Communication

Communication or lack of is one of the leading causes for failed marriages, relationships and relationships between families, friends and co-workers. We are going to equip you with communication tools that will turn your children into great listeners and you and your spouse into effective communicators.

Listening Skills

Communication is one of the toughest skills to develop. For many adults we were to be seen on heard when we were growing up. For this generation of children, texting has replaced speaking as the number form of communication. I know, you are saying, “What does this have to do with Listening Skills”. I will tell you, a great deal.

Most marriages, relationships and work related divorces are in great cause due to lack of communication. The biggest reason why, lack of proper Listening Skills. In this lesson, we are going to teach you some great listening skills that will improve your overall communication with your family. Decrease the level of stress you feel, mainly in part because you feel like you have to keep repeating yourself.

The 5 Skills of Listening

It’s frustrating when our children don’t listen, isn’t it? When they don’t pay
attention to what you are saying at home, you wonder how much information they are missing at school.

In 20+ years of teaching Martial Arts we have developed a 5 step approach to teaching the skills of listening. You can easily teach these 5 steps to your child.

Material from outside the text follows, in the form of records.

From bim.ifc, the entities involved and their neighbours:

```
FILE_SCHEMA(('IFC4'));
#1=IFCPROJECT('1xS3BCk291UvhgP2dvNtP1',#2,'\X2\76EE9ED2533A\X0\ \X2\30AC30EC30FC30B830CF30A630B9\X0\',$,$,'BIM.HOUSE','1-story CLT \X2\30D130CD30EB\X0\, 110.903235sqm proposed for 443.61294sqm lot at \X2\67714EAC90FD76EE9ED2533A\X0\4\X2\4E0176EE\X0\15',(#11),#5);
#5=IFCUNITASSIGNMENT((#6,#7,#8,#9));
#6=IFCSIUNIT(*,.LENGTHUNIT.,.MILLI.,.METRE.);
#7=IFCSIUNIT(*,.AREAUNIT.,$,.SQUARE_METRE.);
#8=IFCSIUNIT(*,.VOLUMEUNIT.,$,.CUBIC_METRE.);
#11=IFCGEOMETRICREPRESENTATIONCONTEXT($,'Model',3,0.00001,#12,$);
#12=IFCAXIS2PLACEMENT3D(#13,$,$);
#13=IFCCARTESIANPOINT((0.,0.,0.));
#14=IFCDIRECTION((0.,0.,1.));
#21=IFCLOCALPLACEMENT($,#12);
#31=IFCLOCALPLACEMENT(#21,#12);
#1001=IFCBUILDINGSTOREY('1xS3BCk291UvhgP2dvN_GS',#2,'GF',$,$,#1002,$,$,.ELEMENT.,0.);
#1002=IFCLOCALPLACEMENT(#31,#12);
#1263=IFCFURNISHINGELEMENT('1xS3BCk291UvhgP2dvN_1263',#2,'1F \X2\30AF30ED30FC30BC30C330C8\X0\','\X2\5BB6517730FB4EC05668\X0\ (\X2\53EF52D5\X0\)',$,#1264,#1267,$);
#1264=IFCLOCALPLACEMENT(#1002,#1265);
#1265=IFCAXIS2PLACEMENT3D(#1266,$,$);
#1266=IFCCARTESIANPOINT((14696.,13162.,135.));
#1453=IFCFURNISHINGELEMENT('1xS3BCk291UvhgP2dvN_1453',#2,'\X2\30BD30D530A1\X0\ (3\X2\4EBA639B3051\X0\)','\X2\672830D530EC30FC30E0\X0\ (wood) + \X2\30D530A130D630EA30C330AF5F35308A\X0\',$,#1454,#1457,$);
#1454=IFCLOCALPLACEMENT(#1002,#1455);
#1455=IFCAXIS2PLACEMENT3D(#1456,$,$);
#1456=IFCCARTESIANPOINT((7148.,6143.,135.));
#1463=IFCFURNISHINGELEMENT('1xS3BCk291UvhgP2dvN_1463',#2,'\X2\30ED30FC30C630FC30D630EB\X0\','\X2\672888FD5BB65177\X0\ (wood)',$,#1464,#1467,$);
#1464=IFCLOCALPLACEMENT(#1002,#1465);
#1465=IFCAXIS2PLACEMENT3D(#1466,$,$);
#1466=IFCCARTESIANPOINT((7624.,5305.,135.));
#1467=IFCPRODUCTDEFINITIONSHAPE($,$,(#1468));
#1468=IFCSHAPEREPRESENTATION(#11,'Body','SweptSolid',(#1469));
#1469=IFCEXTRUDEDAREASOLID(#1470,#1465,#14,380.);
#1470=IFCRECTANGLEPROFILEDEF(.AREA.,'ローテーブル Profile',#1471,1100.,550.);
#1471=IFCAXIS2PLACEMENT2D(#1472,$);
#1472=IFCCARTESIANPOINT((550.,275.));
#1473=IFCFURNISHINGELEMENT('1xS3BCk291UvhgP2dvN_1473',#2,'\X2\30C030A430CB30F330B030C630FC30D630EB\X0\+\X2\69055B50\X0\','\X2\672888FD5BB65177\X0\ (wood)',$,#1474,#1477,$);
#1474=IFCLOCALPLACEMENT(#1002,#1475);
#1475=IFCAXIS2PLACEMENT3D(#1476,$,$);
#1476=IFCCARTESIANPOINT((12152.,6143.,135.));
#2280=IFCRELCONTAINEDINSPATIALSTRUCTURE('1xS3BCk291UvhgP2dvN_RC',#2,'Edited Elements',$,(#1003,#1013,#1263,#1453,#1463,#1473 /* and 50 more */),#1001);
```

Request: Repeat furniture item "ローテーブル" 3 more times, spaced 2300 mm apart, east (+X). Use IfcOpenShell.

```python
import numpy as np
import ifcopenshell
import ifcopenshell.api.geometry
import ifcopenshell.api.root
import ifcopenshell.util.element
import ifcopenshell.util.placement

model = ifcopenshell.open("bim.ifc")


def reuse_history(source, copy):
    """copy_class also copies each property set's owner history, people and application; keep the originals."""
    for rel in copy.IsDefinedBy:
        if rel.is_a("IfcRelDefinesByProperties") and (history := rel.RelatingPropertyDefinition.OwnerHistory):
            rel.RelatingPropertyDefinition.OwnerHistory = source.OwnerHistory
            ifcopenshell.util.element.remove_deep2(model, history)


source = model.by_id(1463)
base = ifcopenshell.util.placement.get_local_placement(source.ObjectPlacement)
step = np.array([1.0, 0.0, 0.0]) * 2300.0

for i in range(1, 4):
    copy = ifcopenshell.api.root.copy_class(model, product=source)
    copy.Representation = ifcopenshell.util.element.copy_deep(
        model, source.Representation, exclude=["IfcGeometricRepresentationContext", "IfcRepresentationMap"]
    )
    reuse_history(source, copy)
    matrix = base.copy()
    matrix[:3, 3] += i * step
    print("added at", matrix[:3, 3].round(3) + 0.0)
    ifcopenshell.api.geometry.edit_object_placement(model, product=copy, matrix=matrix, is_si=False)

model.write("bim_updated.ifc")
```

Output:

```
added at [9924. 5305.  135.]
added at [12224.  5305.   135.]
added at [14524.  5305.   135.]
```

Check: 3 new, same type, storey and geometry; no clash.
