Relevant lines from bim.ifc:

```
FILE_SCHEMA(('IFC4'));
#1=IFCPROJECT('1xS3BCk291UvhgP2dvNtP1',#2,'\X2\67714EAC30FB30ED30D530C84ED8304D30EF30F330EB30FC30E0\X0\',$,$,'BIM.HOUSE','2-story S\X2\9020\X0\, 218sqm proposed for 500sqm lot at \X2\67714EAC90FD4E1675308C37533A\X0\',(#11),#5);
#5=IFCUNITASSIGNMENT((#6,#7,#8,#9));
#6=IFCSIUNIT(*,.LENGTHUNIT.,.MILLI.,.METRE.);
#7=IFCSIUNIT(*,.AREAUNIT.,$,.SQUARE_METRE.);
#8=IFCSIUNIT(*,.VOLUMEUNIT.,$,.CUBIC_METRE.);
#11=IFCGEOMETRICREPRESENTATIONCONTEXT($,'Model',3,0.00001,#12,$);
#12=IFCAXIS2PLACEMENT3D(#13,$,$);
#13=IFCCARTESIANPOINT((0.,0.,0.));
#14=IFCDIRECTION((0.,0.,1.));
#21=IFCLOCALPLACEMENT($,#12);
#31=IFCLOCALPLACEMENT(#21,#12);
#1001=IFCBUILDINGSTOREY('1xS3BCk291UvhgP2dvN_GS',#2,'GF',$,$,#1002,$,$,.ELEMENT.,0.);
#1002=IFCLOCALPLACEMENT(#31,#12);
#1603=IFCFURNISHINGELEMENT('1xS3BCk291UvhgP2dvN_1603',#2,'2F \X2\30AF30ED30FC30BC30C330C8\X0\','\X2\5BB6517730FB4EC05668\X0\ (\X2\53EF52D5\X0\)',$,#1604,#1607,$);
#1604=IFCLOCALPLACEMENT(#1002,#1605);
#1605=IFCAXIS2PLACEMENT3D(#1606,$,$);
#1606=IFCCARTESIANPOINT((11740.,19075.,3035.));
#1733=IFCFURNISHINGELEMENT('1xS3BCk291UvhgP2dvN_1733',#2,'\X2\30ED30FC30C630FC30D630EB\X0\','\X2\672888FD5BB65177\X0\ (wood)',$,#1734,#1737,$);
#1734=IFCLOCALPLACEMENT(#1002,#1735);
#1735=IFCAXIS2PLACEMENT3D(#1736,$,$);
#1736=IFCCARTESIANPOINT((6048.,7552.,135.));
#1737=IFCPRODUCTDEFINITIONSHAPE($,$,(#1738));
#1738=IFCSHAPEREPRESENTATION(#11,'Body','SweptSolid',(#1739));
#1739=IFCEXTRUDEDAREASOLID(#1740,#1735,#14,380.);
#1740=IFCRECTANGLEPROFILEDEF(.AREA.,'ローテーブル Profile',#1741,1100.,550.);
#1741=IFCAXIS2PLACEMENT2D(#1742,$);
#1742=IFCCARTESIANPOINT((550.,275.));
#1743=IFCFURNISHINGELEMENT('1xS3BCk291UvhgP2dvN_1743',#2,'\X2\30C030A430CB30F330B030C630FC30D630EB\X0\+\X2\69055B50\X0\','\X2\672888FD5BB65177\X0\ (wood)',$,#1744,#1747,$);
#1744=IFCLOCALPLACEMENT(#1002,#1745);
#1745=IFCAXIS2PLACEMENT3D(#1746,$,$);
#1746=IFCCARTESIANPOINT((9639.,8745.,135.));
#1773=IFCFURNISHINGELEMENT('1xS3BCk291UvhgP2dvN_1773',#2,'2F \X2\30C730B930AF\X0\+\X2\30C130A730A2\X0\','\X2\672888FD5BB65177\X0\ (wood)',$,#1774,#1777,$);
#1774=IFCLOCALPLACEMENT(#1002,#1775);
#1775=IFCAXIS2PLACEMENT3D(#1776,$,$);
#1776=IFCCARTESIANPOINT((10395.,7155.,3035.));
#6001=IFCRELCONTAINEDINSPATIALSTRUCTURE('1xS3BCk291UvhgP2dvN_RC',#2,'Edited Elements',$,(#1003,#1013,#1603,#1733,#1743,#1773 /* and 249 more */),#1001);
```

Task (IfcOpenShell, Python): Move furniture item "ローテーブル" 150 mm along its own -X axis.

```python
import ifcopenshell
import ifcopenshell.api.geometry
import ifcopenshell.util.placement
import ifcopenshell.util.unit

model = ifcopenshell.open("bim.ifc")
unit_scale = ifcopenshell.util.unit.calculate_unit_scale(model)

item = model.by_guid("1xS3BCk291UvhgP2dvN_1733")
matrix = ifcopenshell.util.placement.get_local_placement(item.ObjectPlacement)
matrix[:3, 3] -= matrix[:3, 0] * 0.15 / unit_scale
ifcopenshell.api.geometry.edit_object_placement(model, product=item, matrix=matrix, is_si=False)

print(ifcopenshell.util.placement.get_local_placement(item.ObjectPlacement).round(3) + 0.0)

model.write("bim-out.ifc")
```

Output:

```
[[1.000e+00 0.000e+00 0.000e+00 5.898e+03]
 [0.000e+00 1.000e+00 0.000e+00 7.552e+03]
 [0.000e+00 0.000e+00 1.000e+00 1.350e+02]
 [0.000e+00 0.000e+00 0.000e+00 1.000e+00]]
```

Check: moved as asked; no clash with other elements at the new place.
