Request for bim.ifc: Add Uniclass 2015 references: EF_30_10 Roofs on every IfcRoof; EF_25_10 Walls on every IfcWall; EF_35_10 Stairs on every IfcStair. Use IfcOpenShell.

First a look at what the model holds.

```python
import ifcopenshell

model = ifcopenshell.open("bim.ifc")
print(model.schema)
print("classifications:", [c.Name for c in model.by_type("IfcClassification")])
for ifc_class in ("IfcDoor", "IfcRoof", "IfcStair", "IfcWall", "IfcWindow"):
    print(ifc_class, len(model.by_type(ifc_class)))
```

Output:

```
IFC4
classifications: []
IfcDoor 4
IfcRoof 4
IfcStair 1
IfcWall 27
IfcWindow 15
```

```python
import ifcopenshell
import ifcopenshell.api.classification

model = ifcopenshell.open("bim.ifc")

system = ifcopenshell.api.classification.add_classification(model, classification="Uniclass 2015")

codes = {
    "IfcRoof": ("EF_30_10", "Roofs"),
    "IfcWall": ("EF_25_10", "Walls"),
    "IfcStair": ("EF_35_10", "Stairs"),
}
for ifc_class, (code, name) in codes.items():
    products = model.by_type(ifc_class)
    ifcopenshell.api.classification.add_reference(
        model, products=products, classification=system, identification=code, name=name
    )
    print(code, len(products))

model.write("bim_edited.ifc")
```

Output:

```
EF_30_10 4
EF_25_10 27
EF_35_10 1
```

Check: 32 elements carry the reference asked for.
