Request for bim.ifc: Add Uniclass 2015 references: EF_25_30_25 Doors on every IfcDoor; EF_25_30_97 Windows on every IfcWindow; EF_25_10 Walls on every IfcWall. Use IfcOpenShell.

First a look at what the model holds.

```python
import ifcopenshell

model = ifcopenshell.open("bim.ifc")
print(model.schema)
print("classifications:", [c.Name for c in model.by_type("IfcClassification")])
for ifc_class in ("IfcDoor", "IfcRoof", "IfcStair", "IfcWall", "IfcWindow"):
    print(ifc_class, len(model.by_type(ifc_class)))
```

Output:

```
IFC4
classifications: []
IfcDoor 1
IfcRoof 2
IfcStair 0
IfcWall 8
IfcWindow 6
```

```python
import ifcopenshell
import ifcopenshell.api.classification

model = ifcopenshell.open("bim.ifc")

system = ifcopenshell.api.classification.add_classification(model, classification="Uniclass 2015")

codes = {
    "IfcDoor": ("EF_25_30_25", "Doors"),
    "IfcWindow": ("EF_25_30_97", "Windows"),
    "IfcWall": ("EF_25_10", "Walls"),
}
for ifc_class, (code, name) in codes.items():
    products = model.by_type(ifc_class)
    ifcopenshell.api.classification.add_reference(
        model, products=products, classification=system, identification=code, name=name
    )
    print(code, len(products))

model.write("bim-out.ifc")
```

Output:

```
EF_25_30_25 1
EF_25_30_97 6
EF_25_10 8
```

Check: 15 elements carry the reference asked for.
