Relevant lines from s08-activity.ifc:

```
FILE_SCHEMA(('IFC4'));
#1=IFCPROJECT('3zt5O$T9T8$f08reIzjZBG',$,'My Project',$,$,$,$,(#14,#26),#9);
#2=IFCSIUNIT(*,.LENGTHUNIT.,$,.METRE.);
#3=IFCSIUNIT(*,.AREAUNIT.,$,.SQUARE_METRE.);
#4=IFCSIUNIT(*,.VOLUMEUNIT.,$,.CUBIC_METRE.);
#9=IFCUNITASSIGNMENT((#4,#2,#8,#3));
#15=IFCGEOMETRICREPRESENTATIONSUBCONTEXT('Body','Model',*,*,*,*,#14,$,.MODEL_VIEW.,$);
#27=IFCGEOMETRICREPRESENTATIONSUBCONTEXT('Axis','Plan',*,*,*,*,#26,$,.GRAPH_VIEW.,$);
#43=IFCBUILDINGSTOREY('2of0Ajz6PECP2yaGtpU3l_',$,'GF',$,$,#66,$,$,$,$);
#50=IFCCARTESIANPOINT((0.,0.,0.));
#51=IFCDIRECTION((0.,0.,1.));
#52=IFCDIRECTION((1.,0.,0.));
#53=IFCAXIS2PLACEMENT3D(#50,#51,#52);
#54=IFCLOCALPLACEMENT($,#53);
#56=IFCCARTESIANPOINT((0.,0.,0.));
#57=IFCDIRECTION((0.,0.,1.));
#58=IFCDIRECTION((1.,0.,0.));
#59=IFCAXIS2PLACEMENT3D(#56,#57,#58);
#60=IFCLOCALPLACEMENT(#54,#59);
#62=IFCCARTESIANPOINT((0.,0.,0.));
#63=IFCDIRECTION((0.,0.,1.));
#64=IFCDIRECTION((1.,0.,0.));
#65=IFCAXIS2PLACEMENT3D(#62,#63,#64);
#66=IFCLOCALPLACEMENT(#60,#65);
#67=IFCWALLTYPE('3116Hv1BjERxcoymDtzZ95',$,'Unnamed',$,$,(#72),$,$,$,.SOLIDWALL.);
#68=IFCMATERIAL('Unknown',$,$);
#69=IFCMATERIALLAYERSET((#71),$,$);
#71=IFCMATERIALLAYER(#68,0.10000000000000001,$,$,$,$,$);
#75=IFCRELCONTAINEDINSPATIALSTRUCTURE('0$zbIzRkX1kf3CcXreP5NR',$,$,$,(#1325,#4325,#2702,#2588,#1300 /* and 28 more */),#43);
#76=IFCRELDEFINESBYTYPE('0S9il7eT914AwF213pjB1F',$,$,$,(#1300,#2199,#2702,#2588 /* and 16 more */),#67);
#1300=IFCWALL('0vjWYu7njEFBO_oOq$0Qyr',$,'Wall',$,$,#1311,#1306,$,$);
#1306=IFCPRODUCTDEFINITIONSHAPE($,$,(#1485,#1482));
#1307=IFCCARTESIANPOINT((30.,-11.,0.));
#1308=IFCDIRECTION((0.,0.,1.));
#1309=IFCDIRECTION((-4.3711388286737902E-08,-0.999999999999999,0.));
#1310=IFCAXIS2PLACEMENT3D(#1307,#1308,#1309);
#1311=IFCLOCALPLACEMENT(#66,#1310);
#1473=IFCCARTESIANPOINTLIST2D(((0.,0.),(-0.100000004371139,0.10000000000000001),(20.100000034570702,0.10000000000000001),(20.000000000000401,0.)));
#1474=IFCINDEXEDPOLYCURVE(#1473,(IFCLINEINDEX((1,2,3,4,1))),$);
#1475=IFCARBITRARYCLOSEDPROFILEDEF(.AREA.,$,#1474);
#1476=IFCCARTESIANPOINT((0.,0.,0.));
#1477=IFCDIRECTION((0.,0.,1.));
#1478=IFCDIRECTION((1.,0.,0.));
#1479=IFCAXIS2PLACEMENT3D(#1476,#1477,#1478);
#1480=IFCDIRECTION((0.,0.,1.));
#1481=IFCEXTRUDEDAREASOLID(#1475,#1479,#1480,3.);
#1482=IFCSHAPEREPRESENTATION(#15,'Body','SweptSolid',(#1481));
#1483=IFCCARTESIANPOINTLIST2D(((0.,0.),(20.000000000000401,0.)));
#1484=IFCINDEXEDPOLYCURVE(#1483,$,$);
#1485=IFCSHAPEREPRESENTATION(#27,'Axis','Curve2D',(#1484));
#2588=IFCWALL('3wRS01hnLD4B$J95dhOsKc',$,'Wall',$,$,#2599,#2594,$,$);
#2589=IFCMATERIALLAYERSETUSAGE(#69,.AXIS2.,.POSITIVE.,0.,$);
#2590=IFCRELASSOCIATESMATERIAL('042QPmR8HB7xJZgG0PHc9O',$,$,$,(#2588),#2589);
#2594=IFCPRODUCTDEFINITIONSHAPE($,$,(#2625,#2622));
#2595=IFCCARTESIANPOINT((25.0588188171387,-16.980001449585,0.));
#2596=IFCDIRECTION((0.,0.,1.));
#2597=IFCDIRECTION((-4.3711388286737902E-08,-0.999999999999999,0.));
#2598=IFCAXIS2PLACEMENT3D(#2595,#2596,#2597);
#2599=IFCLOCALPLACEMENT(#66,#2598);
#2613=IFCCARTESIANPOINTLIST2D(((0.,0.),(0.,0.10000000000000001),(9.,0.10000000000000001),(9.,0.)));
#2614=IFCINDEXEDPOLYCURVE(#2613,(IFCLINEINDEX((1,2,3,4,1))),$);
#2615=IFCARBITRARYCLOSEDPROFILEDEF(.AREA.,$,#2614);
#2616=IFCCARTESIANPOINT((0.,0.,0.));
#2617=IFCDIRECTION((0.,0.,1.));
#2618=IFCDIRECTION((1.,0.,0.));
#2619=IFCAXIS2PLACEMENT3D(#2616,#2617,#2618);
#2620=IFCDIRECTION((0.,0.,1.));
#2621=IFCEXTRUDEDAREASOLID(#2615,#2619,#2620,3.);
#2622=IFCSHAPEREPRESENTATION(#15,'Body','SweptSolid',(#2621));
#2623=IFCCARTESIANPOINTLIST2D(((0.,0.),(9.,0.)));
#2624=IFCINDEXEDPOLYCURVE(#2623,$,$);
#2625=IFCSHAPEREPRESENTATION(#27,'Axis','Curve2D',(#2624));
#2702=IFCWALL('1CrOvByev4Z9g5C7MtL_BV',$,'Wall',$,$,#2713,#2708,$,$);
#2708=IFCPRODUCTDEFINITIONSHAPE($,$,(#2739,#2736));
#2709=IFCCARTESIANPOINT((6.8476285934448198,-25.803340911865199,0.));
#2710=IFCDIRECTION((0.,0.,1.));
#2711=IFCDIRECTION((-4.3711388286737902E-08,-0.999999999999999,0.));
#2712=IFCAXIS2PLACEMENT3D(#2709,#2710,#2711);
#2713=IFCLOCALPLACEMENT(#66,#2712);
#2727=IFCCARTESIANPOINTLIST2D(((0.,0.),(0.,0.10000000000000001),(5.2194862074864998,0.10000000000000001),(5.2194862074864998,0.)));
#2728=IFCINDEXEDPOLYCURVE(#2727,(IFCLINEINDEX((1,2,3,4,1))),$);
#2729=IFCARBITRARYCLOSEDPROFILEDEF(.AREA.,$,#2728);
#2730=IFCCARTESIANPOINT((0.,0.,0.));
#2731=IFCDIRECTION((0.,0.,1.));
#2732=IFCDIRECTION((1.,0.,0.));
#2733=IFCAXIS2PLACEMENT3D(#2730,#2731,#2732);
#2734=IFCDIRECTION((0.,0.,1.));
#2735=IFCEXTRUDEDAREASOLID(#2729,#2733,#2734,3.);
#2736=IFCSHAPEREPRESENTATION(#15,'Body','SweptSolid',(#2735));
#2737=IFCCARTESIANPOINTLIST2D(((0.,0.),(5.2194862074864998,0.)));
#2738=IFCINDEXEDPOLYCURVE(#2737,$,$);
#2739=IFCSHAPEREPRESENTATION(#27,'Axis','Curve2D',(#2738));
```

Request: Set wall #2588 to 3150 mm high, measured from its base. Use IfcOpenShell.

```python
import ifcopenshell
import ifcopenshell.geom
import ifcopenshell.util.representation
import ifcopenshell.util.shape
import ifcopenshell.util.unit

model = ifcopenshell.open("s08-activity.ifc")
unit_scale = ifcopenshell.util.unit.calculate_unit_scale(model)
settings = ifcopenshell.geom.settings()


def volume(element):
    """Net volume in cubic metres, openings subtracted."""
    shape = ifcopenshell.geom.create_shape(settings, element)
    return ifcopenshell.util.shape.get_volume(shape.geometry)


wall = model.by_guid("3wRS01hnLD4B$J95dhOsKc")
before = volume(wall)

body = ifcopenshell.util.representation.get_representation(wall, "Model", "Body")
solid = body.Items[0]
old_height = solid.Depth
solid.Depth = 3.15 / unit_scale
after = volume(wall)

print(f"height {old_height:g} -> {solid.Depth:g}, volume {before:.3f} -> {after:.3f} m3")

model.write("s08-activity_updated.ifc")
```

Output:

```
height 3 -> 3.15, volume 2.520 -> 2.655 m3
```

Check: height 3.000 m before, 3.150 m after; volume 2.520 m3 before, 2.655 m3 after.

  • The Listening Posture. Teach your child that when it’s time to listen, they must sit or stand up straight. Shoulders back, lift the chest a little. Chin high. This alone can double listening retention!
  • Direct Eye Contact is Essential. Insist on it when you are speaking with your child. She will then be able to focus on the words being said. How many times have you spoken to your child only to see them fixated on a television program or video games. Get them to Focus their eyes on you and they will respond much better.
  • Repeat the Message Back to the Speaker When Possible. For example, a child might say, “So, mom you’d like for me to clean up my room and feed the cat before I play on the computer”. This lets the speaker know your child has understood.
  • Ask Questions? Coach your children to ask you respectful questions. This shows that they are paying attention and care about what the other person is saying. “Why do we have to rinse the dishes before we put them in the dishwasher, instead of, that’s stupid, that is what the dishwasher is for.
  • Look for More Information. Especially with older children, train to ask themselves, “How does the speaker feel about what they are saying.” Are they angry? Bored? Interested? Concerned? Learn to react calmly, not with emotion if the other person is already angry or sad.

Parents, even young children can be taught these steps. Begin by reading them to your kids, and then practicing each skill.

When you observe your child losing focus, just the simple reminder, “Remember… listening skills!” will refocus them. And, of course, watch like a hawk for situations when your child does not listen effectively. Catch them doing it right and follow up with a huge dose of appreciation. “Honey, I am so proud of you for listening to what I was saying!”

Adult Listening Skills

As a man I can tell you that many times I am single minded, especially when I am watching sports or some history or car show. Much of that has to do with my work environment. I am spinning plates all day and when I get home, I just want to give my mind a rest. With all that being said, it would be a good idea that if you need to speak with your spouse. Find a time when you can turn the television off, get face to face with preferably no distraction. (I have 5 kids, I understand) This will improve how the two of you hear each other and hopefully will reduce the frustration either party feeling as though the other is not listening or dismissing their feelings.

In future lessons, we will give you some tips and tricks for improving communication skills in all areas of your life.